Study material Start Marker

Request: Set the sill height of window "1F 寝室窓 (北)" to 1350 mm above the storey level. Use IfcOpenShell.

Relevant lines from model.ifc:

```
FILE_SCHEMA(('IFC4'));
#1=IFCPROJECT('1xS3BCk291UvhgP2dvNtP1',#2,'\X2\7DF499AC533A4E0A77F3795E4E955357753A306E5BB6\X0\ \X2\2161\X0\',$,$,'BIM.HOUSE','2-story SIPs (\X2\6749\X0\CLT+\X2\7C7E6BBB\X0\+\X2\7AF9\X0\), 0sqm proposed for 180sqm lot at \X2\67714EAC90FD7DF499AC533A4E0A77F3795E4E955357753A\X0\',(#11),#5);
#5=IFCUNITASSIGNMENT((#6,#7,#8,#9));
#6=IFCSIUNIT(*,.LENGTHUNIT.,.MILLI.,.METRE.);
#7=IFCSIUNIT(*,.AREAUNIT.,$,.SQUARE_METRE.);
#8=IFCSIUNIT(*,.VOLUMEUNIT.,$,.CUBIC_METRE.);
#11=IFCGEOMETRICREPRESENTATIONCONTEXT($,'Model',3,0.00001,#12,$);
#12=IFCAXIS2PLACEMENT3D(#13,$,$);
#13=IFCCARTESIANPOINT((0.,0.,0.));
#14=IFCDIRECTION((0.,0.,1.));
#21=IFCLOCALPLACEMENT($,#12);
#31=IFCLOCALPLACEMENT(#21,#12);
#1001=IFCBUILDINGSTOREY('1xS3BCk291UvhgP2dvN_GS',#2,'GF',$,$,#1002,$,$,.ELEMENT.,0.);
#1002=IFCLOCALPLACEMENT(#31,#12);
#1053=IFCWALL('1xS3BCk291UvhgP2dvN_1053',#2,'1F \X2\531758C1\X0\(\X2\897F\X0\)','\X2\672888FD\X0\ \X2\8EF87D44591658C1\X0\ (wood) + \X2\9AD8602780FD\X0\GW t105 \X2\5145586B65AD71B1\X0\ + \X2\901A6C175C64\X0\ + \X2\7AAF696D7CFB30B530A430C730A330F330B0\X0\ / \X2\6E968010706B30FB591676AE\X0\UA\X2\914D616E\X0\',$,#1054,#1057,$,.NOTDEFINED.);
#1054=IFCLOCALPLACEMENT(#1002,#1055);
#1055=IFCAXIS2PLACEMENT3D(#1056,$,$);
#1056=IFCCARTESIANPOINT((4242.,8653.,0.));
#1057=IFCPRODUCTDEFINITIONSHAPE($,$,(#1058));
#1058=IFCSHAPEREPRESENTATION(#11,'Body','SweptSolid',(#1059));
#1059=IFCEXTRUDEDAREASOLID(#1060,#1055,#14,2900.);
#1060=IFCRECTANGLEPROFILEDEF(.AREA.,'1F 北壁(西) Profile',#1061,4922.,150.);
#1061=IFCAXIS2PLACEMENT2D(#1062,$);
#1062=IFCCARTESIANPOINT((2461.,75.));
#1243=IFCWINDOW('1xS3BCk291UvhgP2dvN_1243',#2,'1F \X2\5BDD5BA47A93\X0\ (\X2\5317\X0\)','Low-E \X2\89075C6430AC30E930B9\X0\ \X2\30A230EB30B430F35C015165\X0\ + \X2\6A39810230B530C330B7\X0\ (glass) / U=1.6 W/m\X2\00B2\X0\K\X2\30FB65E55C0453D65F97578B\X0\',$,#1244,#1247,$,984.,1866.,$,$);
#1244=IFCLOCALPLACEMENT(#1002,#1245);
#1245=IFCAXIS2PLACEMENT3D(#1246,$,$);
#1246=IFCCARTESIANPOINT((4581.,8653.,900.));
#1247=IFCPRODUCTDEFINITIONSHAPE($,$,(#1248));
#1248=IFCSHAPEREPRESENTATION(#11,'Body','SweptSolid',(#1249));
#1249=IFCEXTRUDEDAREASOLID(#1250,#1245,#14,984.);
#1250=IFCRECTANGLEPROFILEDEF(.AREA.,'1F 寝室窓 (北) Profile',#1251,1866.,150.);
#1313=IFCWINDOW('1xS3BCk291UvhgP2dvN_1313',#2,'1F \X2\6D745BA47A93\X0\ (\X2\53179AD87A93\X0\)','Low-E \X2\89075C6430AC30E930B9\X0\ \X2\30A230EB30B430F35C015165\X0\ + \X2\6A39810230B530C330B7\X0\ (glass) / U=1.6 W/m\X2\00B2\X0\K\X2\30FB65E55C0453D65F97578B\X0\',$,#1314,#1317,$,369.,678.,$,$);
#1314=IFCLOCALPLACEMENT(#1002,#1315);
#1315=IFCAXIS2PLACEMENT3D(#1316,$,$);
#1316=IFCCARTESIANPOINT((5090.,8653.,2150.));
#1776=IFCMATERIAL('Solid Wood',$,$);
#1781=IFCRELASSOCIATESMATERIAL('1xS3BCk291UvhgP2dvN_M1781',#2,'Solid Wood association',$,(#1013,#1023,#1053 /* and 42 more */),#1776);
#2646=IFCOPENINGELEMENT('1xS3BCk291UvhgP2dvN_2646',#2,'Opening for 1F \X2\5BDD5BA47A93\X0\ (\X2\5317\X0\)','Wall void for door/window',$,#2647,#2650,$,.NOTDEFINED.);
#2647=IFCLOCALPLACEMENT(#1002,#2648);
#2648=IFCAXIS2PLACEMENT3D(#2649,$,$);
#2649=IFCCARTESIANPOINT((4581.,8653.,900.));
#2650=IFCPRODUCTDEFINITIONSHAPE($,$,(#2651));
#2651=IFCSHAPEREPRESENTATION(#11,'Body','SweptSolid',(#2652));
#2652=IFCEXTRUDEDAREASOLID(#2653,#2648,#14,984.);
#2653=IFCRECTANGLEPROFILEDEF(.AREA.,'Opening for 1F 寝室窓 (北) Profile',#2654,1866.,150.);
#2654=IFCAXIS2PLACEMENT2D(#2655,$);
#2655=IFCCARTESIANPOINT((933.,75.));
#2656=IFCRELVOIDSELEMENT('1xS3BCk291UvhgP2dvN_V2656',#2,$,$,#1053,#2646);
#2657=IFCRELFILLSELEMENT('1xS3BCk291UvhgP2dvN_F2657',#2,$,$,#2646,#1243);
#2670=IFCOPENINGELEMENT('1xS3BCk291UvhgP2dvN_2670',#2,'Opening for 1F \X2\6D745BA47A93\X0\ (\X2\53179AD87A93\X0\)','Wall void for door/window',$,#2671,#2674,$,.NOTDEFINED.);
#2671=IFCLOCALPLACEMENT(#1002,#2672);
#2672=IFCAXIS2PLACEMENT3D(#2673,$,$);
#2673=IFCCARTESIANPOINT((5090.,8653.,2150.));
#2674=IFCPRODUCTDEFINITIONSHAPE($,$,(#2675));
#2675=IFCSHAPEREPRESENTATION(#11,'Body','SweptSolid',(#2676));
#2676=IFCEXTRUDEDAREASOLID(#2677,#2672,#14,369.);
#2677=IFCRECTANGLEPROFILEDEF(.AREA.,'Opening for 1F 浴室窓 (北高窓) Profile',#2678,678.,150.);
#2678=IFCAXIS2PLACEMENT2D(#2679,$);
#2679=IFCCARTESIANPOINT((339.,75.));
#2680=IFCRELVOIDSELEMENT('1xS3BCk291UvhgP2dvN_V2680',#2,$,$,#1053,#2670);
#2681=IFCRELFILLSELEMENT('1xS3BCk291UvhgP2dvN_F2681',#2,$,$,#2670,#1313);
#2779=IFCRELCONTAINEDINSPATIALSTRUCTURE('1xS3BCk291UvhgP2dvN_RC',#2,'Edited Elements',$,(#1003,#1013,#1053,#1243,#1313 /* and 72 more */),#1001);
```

```python
import numpy as np
import ifcopenshell
import ifcopenshell.api.geometry
import ifcopenshell.geom
import ifcopenshell.util.element
import ifcopenshell.util.placement
import ifcopenshell.util.shape
import ifcopenshell.util.unit

model = ifcopenshell.open("model.ifc")
unit_scale = ifcopenshell.util.unit.calculate_unit_scale(model)

window = model.by_guid("1xS3BCk291UvhgP2dvN_1243")
opening = window.FillsVoids[0].RelatingOpeningElement
storey = ifcopenshell.util.element.get_container(window, ifc_class="IfcBuildingStorey")
level = ifcopenshell.util.placement.get_local_placement(storey.ObjectPlacement)[2, 3]

# The opening's origin need not be at the sill, so measure its lowest point.
shape = ifcopenshell.geom.create_shape(ifcopenshell.geom.settings(), opening)
bottom = ifcopenshell.util.shape.get_shape_bottom_elevation(shape, shape.geometry) / unit_scale
dz = level + 1350.0 - bottom

shift = np.array([0.0, 0.0, dz])
# The window is not placed relative to its opening, so move both.
for product in (opening, window):
    matrix = ifcopenshell.util.placement.get_local_placement(product.ObjectPlacement)
    matrix[:3, 3] += shift
    ifcopenshell.api.geometry.edit_object_placement(model, product=product, matrix=matrix, is_si=False)

print(f"moved by {dz * unit_scale:+.3f} m")

model.write("model_updated.ifc")
```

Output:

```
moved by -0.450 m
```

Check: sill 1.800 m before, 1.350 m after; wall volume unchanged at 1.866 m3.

Study material End Marker

▶ [Assignment] Which lines of the records above contain the word "IFCRELVOIDSELEMENT"? Report each one.

▶ [Solution for this problem]
#2656=IFCRELVOIDSELEMENT('1xS3BCk291UvhgP2dvN_V2656',#2,$,$,#1053,#2646);
#2680=IFCRELVOIDSELEMENT('1xS3BCk291UvhgP2dvN_V2680',#2,$,$,#1053,#2670);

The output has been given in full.